● **PROMPT**:
From the first line of the records through the line containing "#202=IFCMATERIAL('STEEL/Steel_Undefined',$,$);", retype every line exactly and nothing else.

---------------

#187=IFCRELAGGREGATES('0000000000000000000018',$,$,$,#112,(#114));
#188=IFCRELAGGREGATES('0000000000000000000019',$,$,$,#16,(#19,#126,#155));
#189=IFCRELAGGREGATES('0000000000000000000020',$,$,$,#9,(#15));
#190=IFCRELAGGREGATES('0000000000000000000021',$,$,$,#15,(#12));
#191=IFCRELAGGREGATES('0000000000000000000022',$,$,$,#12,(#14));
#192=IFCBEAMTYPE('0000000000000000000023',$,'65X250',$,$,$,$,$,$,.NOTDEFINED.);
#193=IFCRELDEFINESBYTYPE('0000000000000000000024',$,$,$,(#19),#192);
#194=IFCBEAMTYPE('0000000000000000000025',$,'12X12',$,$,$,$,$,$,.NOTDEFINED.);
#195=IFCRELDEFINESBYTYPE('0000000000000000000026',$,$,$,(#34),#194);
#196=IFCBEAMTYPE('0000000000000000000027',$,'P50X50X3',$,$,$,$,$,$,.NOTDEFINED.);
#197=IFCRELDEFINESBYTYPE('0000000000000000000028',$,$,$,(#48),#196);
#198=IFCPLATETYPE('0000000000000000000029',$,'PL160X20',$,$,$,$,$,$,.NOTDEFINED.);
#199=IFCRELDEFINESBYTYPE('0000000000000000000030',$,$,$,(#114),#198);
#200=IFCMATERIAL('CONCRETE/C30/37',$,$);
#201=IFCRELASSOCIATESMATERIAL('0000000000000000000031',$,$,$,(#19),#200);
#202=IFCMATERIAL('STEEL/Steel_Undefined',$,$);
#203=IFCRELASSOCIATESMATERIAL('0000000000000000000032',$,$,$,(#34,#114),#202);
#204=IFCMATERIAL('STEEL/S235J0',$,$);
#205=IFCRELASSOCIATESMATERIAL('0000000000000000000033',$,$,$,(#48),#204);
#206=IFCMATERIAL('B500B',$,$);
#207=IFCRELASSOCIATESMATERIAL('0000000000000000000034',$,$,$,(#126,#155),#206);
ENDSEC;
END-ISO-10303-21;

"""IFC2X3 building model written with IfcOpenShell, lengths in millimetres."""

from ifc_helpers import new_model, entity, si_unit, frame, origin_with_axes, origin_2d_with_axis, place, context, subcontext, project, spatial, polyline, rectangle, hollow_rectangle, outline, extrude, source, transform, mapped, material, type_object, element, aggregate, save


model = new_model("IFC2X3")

---------------

● **OUTPUT FOR THIS EXERCISE**:
#187=IFCRELAGGREGATES('0000000000000000000018',$,$,$,#112,(#114));
#188=IFCRELAGGREGATES('0000000000000000000019',$,$,$,#16,(#19,#126,#155));
#189=IFCRELAGGREGATES('0000000000000000000020',$,$,$,#9,(#15));
#190=IFCRELAGGREGATES('0000000000000000000021',$,$,$,#15,(#12));
#191=IFCRELAGGREGATES('0000000000000000000022',$,$,$,#12,(#14));
#192=IFCBEAMTYPE('0000000000000000000023',$,'65X250',$,$,$,$,$,$,.NOTDEFINED.);
#193=IFCRELDEFINESBYTYPE('0000000000000000000024',$,$,$,(#19),#192);
#194=IFCBEAMTYPE('0000000000000000000025',$,'12X12',$,$,$,$,$,$,.NOTDEFINED.);
#195=IFCRELDEFINESBYTYPE('0000000000000000000026',$,$,$,(#34),#194);
#196=IFCBEAMTYPE('0000000000000000000027',$,'P50X50X3',$,$,$,$,$,$,.NOTDEFINED.);
#197=IFCRELDEFINESBYTYPE('0000000000000000000028',$,$,$,(#48),#196);
#198=IFCPLATETYPE('0000000000000000000029',$,'PL160X20',$,$,$,$,$,$,.NOTDEFINED.);
#199=IFCRELDEFINESBYTYPE('0000000000000000000030',$,$,$,(#114),#198);
#200=IFCMATERIAL('CONCRETE/C30/37',$,$);
#201=IFCRELASSOCIATESMATERIAL('0000000000000000000031',$,$,$,(#19),#200);
#202=IFCMATERIAL('STEEL/Steel_Undefined',$,$);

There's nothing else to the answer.